Considérant les 4000 exploitants agricoles qui constituent un pilier de l'économie et de la vie sociale corréziennes ;
Considérant les difficultés croissantes du secteur agricole, confronté à une baisse structurelle des revenus et à une érosion continue du nombre d'exploitations, menaçant la vitalité de nos zones rurales ;
Considérant que l'accord UE-Mercosur prévoit l'importation massive de produits agricoles sudaméricains, notamment 99 000 tonnes de viande bovine, 180 000 tonnes de volaille et 190 000 tonnes de sucre, qui viendront concurrencer directement nos productions locales ; Considérant que cette concurrence est foncièrement déloyale, les produits importés ne respectant pas les normes sanitaires, sociales et environnementales rigoureuses imposées aux agriculteurs français et européens, notamment concernant l'usage de pesticides interdits dans l'UE, d'hormones de croissance ou de farines animales ;
Considérant les risques sanitaires avérés pour les consommateurs européens, comme en témoigne la détection en 2024 de résidus d'hormones interdites dans des lots de viande importés du Brésil ;
Considérant que cet accord menace directement la survie de 30 000 éleveurs en France et pourrait entraîner une chute de 10 à 15 % des prix de la viande bovine, accélérant la disparition d'exploitations agricoles sur notre territoire et favorisant la désertification rurale ; Considérant que, dans un contexte géopolitique instable, où les autorités militaires alertent sur les risques de conflits majeurs, la dépendance accrue à des voies d'approvisionnement maritimes lointaines et vulnérables constitue une atteinte grave à la souveraineté alimentaire de la France et de l'Union Européenne, qui est un intérêt stratégique fondamental ; Considérant que les mécanismes de protection prévus, telle la clause de sauvegarde, sont notoirement insuffisants, complexes à activer et d'une efficacité limitée, et que l'accord est dépourvu de clauses miroirs effectives garantissant une réciprocité des standards de production ;
Considérant qu'un projet de recours en annulation devant la Cour de Justice de l'Union Européenne a été solidement argumenté, invoquant une erreur manifeste d'appréciation des instances européennes, une violation du principe d'égalité de traitement entre les opérateurs économiques et un détournement de pouvoir ;
Considérant l'urgence d'agir, la signature formelle de l'accord par le Conseil de l'Union Européenne étant prévue pour le 12 janvier 2026, rendant toute action ultérieure plus complexe ; Considérant qu'il relève de la compétence et du devoir du Conseil départemental de défendre les intérêts économiques et sociaux de son territoire et d'exprimer les préoccupations légitimes de ses habitants ; au besoin en intervenant volontairement à l’instance engagée par l’Etat ;
Le Conseil Municipal soutient la motion déposée par le Conseil Départemental de la Corrèze : • Réaffirme son soutien plein et entier au projet de recours en annulation devant la Cour de Justice de l'Union Européenne visant à contester la décision du Conseil de l'Union Européenne autorisant la signature et la conclusion de l'accord d'association UE- Mercosur.

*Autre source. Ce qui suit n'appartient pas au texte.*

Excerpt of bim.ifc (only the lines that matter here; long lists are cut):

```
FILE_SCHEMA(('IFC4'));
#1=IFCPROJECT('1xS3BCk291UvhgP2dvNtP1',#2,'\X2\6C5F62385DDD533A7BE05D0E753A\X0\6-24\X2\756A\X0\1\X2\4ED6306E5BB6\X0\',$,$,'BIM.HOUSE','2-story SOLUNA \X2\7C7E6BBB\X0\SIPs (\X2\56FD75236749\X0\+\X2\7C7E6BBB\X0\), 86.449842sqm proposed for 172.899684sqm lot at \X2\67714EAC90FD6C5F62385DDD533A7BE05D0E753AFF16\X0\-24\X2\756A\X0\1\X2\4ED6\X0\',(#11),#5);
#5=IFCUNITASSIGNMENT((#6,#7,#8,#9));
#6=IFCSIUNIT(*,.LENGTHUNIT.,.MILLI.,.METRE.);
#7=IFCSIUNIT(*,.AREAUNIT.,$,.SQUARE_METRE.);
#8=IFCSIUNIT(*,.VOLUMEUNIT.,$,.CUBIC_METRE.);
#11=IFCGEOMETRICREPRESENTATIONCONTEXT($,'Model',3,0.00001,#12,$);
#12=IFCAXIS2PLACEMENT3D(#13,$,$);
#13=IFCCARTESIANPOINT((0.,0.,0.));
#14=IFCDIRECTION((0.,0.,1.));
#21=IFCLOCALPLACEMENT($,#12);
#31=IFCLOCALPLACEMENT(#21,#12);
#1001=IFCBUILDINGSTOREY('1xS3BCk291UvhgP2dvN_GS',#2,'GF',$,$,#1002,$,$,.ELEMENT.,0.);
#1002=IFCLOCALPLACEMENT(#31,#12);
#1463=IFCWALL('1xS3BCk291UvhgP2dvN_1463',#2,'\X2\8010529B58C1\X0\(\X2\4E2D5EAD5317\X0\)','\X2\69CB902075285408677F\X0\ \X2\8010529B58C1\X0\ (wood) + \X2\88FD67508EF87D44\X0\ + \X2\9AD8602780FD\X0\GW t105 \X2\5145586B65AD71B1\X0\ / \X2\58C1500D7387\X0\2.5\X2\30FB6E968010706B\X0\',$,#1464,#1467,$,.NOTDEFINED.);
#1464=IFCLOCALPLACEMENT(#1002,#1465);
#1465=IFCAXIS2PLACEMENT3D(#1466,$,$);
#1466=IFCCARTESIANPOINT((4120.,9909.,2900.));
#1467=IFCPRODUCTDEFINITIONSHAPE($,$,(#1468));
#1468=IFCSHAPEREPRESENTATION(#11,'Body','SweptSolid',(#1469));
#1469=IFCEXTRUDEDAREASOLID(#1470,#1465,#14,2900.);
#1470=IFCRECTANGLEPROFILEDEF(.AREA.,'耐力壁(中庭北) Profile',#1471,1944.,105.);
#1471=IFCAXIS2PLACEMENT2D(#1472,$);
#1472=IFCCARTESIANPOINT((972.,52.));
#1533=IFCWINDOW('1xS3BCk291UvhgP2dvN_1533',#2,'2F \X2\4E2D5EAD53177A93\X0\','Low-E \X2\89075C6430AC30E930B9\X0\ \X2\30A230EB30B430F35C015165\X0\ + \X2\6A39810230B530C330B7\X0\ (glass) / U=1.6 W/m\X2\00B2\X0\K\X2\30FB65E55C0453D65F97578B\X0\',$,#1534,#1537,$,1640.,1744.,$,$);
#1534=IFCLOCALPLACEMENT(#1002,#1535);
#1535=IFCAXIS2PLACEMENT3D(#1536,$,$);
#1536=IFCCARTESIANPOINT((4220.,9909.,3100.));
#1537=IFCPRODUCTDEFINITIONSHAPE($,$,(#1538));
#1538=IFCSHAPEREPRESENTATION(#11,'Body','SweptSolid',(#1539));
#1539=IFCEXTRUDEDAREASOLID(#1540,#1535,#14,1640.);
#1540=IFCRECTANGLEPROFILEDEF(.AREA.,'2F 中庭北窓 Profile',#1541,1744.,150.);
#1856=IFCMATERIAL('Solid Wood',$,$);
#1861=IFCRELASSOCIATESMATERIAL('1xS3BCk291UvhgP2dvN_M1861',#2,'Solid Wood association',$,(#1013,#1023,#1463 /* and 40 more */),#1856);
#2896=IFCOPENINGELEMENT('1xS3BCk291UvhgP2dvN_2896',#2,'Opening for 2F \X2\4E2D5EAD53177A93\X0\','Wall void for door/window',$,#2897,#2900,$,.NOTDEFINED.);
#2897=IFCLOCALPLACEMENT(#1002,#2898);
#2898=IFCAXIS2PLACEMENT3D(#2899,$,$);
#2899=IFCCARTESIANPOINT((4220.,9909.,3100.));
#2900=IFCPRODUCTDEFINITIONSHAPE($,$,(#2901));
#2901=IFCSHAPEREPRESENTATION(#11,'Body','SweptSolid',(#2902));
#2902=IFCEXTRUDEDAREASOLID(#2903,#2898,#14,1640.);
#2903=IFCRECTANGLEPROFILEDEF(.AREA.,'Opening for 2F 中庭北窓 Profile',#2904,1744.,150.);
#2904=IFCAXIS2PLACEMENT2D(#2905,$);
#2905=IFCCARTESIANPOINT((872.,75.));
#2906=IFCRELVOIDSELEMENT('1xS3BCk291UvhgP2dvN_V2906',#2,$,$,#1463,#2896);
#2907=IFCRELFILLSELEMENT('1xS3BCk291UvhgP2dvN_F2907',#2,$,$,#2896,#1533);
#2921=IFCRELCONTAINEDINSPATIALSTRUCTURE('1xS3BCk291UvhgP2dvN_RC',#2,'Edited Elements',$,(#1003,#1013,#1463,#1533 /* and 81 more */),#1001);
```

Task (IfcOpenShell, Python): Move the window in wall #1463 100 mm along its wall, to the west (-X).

```python
import ifcopenshell
import ifcopenshell.api.geometry
import ifcopenshell.util.placement

model = ifcopenshell.open("bim.ifc")

window = model.by_id(1533)
opening = window.FillsVoids[0].RelatingOpeningElement
wall = opening.VoidsElements[0].RelatingBuildingElement

wall_matrix = ifcopenshell.util.placement.get_local_placement(wall.ObjectPlacement)
shift = wall_matrix[:3, 0] * -100.0
before = ifcopenshell.util.placement.get_local_placement(window.ObjectPlacement)[:3, 3].copy()

# The window is not placed relative to its opening, so move both.
for product in (opening, window):
    matrix = ifcopenshell.util.placement.get_local_placement(product.ObjectPlacement)
    matrix[:3, 3] += shift
    ifcopenshell.api.geometry.edit_object_placement(model, product=product, matrix=matrix, is_si=False)

after = ifcopenshell.util.placement.get_local_placement(window.ObjectPlacement)[:3, 3]
print("window moved by", (after - before).round(3) + 0.0)

model.write("bim_updated.ifc")
```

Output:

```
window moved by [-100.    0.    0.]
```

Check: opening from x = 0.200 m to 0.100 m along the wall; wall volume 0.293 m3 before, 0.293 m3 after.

• Demande solennellement au Gouvernement français, et en particulier à Monsieur le Premier ministre, de prendre ses responsabilités en transmettant ce recours devant la Cour de Justice de l'Union Européenne dans les meilleurs délais, et impérativement avant la date de signature formelle de l'accord.6
• Fonde cette demande sur la nécessité impérieuse de protéger les agriculteurs et les populations rurales de son territoire face à une concurrence destructrice, de préserver la souveraineté alimentaire de la France, de garantir des conditions de concurrence équitables et d'assurer la sécurité sanitaire des consommateurs.
Cette délibération est adoptée à l’UNANIMITE (16 voix POUR).